RECORDS START
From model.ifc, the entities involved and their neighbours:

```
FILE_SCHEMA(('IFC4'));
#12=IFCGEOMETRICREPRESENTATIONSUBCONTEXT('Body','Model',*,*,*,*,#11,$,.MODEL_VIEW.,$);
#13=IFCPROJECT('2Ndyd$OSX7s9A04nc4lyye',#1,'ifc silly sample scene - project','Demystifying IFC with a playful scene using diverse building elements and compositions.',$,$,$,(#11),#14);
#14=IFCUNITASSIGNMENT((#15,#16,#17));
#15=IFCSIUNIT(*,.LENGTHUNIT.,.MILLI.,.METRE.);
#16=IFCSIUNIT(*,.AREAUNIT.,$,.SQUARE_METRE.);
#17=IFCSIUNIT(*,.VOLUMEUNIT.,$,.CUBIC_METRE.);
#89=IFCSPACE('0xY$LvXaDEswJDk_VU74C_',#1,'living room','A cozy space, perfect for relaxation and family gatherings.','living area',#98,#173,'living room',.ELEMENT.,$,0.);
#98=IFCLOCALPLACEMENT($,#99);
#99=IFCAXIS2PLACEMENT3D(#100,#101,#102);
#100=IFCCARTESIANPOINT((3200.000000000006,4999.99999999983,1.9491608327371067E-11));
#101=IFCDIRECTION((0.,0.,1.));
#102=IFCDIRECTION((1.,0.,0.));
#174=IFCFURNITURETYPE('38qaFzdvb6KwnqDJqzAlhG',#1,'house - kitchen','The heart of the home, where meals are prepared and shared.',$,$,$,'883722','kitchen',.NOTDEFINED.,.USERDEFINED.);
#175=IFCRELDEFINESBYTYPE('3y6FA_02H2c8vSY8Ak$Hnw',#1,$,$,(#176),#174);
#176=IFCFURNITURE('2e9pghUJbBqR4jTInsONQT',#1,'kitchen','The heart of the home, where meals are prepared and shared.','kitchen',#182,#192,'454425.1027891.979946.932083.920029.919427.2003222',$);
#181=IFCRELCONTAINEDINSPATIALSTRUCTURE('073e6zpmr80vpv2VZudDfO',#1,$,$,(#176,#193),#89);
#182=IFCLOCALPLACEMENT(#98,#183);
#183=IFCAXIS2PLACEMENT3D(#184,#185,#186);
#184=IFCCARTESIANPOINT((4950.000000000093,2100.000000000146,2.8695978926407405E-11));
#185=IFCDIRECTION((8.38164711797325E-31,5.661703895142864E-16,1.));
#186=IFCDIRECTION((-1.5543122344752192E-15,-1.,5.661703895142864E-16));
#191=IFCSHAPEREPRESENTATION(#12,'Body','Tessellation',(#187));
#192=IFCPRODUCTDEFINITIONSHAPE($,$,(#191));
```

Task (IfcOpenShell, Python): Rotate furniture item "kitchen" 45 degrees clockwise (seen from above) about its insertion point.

```python
import ifcopenshell
import ifcopenshell.api.geometry
import ifcopenshell.util.placement

model = ifcopenshell.open("model.ifc")

item = model.by_id(176)
matrix = ifcopenshell.util.placement.get_local_placement(item.ObjectPlacement)
matrix = matrix @ ifcopenshell.util.placement.rotation(-45, "Z")
ifcopenshell.api.geometry.edit_object_placement(model, product=item, matrix=matrix, is_si=False)

print(ifcopenshell.util.placement.get_local_placement(item.ObjectPlacement).round(3) + 0.0)

model.write("model-out.ifc")
```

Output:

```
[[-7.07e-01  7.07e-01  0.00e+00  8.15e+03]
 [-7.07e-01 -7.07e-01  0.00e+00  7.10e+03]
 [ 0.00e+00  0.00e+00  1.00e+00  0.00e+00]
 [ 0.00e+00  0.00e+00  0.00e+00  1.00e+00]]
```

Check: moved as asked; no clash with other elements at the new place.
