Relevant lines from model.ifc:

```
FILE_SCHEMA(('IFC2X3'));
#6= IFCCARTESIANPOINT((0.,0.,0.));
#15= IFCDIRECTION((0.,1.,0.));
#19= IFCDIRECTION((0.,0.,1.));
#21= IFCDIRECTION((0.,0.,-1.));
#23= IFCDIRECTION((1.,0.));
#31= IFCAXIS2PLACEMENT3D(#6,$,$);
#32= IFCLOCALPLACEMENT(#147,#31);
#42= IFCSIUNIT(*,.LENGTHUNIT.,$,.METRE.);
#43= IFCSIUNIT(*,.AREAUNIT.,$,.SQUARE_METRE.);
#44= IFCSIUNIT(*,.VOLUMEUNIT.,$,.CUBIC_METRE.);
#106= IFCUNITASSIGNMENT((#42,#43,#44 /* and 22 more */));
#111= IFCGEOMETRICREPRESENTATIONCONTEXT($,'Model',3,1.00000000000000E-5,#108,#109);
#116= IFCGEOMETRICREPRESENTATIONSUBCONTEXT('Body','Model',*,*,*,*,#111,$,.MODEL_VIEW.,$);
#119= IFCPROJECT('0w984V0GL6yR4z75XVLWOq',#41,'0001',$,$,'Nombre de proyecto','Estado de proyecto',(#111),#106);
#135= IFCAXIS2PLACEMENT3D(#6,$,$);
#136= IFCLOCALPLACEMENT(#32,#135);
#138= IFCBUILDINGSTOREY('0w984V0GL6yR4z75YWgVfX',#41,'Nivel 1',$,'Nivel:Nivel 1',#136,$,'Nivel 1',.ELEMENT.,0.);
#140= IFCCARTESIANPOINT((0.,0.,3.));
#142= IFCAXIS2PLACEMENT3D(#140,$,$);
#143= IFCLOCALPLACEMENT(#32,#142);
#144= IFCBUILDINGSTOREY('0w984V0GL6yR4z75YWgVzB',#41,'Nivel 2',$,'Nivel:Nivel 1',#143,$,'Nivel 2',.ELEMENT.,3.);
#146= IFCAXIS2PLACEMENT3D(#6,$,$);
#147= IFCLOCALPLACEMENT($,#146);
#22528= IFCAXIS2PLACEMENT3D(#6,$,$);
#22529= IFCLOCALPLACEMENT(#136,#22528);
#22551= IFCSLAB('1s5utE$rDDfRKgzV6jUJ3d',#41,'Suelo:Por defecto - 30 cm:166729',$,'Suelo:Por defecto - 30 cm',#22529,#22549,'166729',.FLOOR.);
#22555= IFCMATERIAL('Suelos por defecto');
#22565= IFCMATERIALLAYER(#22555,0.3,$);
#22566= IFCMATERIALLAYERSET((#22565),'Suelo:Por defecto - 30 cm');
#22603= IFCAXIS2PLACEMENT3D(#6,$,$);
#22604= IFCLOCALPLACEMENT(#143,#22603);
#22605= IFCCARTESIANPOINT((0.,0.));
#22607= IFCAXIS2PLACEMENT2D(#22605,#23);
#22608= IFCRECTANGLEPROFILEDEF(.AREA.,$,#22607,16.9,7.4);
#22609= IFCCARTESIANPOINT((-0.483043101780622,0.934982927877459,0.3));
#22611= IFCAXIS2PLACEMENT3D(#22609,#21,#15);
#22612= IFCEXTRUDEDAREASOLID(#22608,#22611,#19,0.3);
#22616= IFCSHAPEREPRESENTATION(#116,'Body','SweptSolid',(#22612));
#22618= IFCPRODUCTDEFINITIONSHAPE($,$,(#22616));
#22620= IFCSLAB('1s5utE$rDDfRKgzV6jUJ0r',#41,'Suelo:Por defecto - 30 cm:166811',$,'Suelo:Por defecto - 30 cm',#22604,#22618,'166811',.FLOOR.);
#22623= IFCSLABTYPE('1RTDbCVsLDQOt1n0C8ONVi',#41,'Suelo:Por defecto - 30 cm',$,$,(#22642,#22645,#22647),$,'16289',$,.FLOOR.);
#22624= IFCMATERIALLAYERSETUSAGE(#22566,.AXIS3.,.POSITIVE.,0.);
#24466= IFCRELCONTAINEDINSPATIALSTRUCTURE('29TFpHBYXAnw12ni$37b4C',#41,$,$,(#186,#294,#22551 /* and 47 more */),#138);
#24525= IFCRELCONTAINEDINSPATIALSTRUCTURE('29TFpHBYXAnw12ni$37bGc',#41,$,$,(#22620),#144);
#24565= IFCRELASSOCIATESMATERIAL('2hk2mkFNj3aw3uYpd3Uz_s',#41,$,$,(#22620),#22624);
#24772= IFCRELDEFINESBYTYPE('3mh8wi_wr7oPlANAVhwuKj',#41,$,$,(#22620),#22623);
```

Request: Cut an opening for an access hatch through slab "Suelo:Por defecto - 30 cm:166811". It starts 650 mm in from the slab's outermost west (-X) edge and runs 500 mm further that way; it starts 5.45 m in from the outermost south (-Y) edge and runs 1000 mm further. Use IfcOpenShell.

```python
import numpy as np
import ifcopenshell
import ifcopenshell.api.feature
import ifcopenshell.api.geometry
import ifcopenshell.api.root
import ifcopenshell.geom
import ifcopenshell.util.placement
import ifcopenshell.util.representation
import ifcopenshell.util.shape
import ifcopenshell.util.unit

model = ifcopenshell.open("model.ifc")
unit_scale = ifcopenshell.util.unit.calculate_unit_scale(model)
settings = ifcopenshell.geom.settings()


def volume(element):
    """Net volume in cubic metres, openings subtracted."""
    shape = ifcopenshell.geom.create_shape(settings, element)
    return ifcopenshell.util.shape.get_volume(shape.geometry)


slab = model.by_id(22620)
before = volume(slab)

# Extent in the slab's own axes, in metres. The edges named are its -X and -Y sides.
slab_shape = ifcopenshell.geom.create_shape(settings, slab)
vertices = ifcopenshell.util.shape.get_vertices(slab_shape.geometry)
x_min, y_min, bottom = vertices.min(axis=0)
top = vertices[:, 2].max()

opening = ifcopenshell.api.root.create_entity(model, ifc_class="IfcOpeningElement", name="Access hatch opening")
context = ifcopenshell.util.representation.get_context(model, "Model", "Body", "MODEL_VIEW")
width, depth = 0.5, 1
outline = [(0.0, 0.0), (width, 0.0), (width, depth), (0.0, depth), (0.0, 0.0)]
# Overshoot both faces by 50 mm so the cut is clean.
shape = ifcopenshell.api.geometry.add_slab_representation(
    model, context=context, depth=top - bottom + 0.1, polyline=outline
)
ifcopenshell.api.geometry.assign_representation(model, product=opening, representation=shape)

matrix = ifcopenshell.util.placement.get_local_placement(slab.ObjectPlacement)
matrix[:, 3] = matrix @ np.append(np.array([x_min + 0.65, y_min + 5.45, bottom - 0.05]) / unit_scale, 1.0)
ifcopenshell.api.geometry.edit_object_placement(model, product=opening, matrix=matrix, is_si=False)
ifcopenshell.api.feature.add_feature(model, feature=opening, element=slab)

after = volume(slab)

print(f"slab volume {before:.3f} -> {after:.3f} m3")

model.write("model_updated.ifc")
```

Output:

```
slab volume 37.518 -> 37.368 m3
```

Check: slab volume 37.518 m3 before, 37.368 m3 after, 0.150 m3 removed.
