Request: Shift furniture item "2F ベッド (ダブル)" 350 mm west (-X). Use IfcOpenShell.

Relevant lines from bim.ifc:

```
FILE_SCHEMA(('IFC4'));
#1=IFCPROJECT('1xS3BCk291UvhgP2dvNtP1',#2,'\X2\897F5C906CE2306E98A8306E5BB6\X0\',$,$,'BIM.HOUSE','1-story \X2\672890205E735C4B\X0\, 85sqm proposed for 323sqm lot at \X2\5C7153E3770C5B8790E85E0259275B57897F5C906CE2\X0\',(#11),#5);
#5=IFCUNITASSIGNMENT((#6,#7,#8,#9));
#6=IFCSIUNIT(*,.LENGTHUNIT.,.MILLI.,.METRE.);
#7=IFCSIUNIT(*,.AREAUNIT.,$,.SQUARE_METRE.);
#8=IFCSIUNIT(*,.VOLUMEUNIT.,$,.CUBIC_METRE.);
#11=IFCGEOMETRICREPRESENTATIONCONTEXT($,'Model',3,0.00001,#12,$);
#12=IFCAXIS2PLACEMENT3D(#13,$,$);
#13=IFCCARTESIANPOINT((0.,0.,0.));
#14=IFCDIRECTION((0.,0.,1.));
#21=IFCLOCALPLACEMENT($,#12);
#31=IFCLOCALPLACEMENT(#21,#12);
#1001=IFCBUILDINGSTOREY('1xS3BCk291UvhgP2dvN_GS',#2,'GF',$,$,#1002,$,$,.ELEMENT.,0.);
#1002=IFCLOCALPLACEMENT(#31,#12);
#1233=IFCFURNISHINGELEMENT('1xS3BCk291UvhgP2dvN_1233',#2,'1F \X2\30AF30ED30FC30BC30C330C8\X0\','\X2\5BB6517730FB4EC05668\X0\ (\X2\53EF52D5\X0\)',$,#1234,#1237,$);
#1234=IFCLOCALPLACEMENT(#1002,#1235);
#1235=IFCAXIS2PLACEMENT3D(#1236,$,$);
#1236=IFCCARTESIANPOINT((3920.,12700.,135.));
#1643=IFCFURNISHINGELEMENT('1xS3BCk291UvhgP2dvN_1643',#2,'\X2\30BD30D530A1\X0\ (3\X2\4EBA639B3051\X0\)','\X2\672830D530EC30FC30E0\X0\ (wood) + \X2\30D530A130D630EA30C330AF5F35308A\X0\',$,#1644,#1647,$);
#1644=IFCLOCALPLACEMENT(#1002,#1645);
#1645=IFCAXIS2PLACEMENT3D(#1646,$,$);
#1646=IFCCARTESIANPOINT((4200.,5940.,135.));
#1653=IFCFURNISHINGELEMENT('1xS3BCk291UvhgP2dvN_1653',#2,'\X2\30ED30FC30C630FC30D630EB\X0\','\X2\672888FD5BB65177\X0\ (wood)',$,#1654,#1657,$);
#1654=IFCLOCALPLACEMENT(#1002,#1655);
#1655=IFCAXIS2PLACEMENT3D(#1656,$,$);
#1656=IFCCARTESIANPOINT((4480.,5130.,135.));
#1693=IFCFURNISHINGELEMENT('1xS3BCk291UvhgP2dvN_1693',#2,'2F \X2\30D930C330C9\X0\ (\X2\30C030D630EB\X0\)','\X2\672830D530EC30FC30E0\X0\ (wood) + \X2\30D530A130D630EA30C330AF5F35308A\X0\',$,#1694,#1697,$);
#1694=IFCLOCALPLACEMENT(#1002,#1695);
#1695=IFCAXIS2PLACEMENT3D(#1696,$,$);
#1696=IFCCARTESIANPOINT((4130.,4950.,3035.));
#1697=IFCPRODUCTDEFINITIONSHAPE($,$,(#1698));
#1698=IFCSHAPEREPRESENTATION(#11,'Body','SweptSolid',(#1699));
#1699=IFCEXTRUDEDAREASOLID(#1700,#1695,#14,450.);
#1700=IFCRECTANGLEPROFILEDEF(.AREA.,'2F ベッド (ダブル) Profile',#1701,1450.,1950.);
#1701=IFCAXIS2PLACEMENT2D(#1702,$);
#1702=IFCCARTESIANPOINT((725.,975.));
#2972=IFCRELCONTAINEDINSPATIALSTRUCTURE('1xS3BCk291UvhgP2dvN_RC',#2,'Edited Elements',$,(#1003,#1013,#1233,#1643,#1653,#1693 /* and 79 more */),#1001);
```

```python
import ifcopenshell
import ifcopenshell.api.geometry
import ifcopenshell.util.placement
import ifcopenshell.util.unit

model = ifcopenshell.open("bim.ifc")
unit_scale = ifcopenshell.util.unit.calculate_unit_scale(model)

item = model.by_guid("1xS3BCk291UvhgP2dvN_1693")
matrix = ifcopenshell.util.placement.get_local_placement(item.ObjectPlacement)
matrix[0, 3] -= 0.35 / unit_scale
ifcopenshell.api.geometry.edit_object_placement(model, product=item, matrix=matrix, is_si=False)

print(ifcopenshell.util.placement.get_local_placement(item.ObjectPlacement).round(3) + 0.0)

model.write("bim_v2.ifc")
```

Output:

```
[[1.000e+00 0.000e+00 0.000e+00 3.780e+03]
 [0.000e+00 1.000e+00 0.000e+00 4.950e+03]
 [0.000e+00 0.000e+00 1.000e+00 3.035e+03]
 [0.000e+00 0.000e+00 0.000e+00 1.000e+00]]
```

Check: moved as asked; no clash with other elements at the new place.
RECORDS END
Search the entries above for lines containing the word "Relevant", and copy each one.

EXERCISE ANSWER >>
Relevant lines from model.ifc:
Relevant lines from bim.ifc:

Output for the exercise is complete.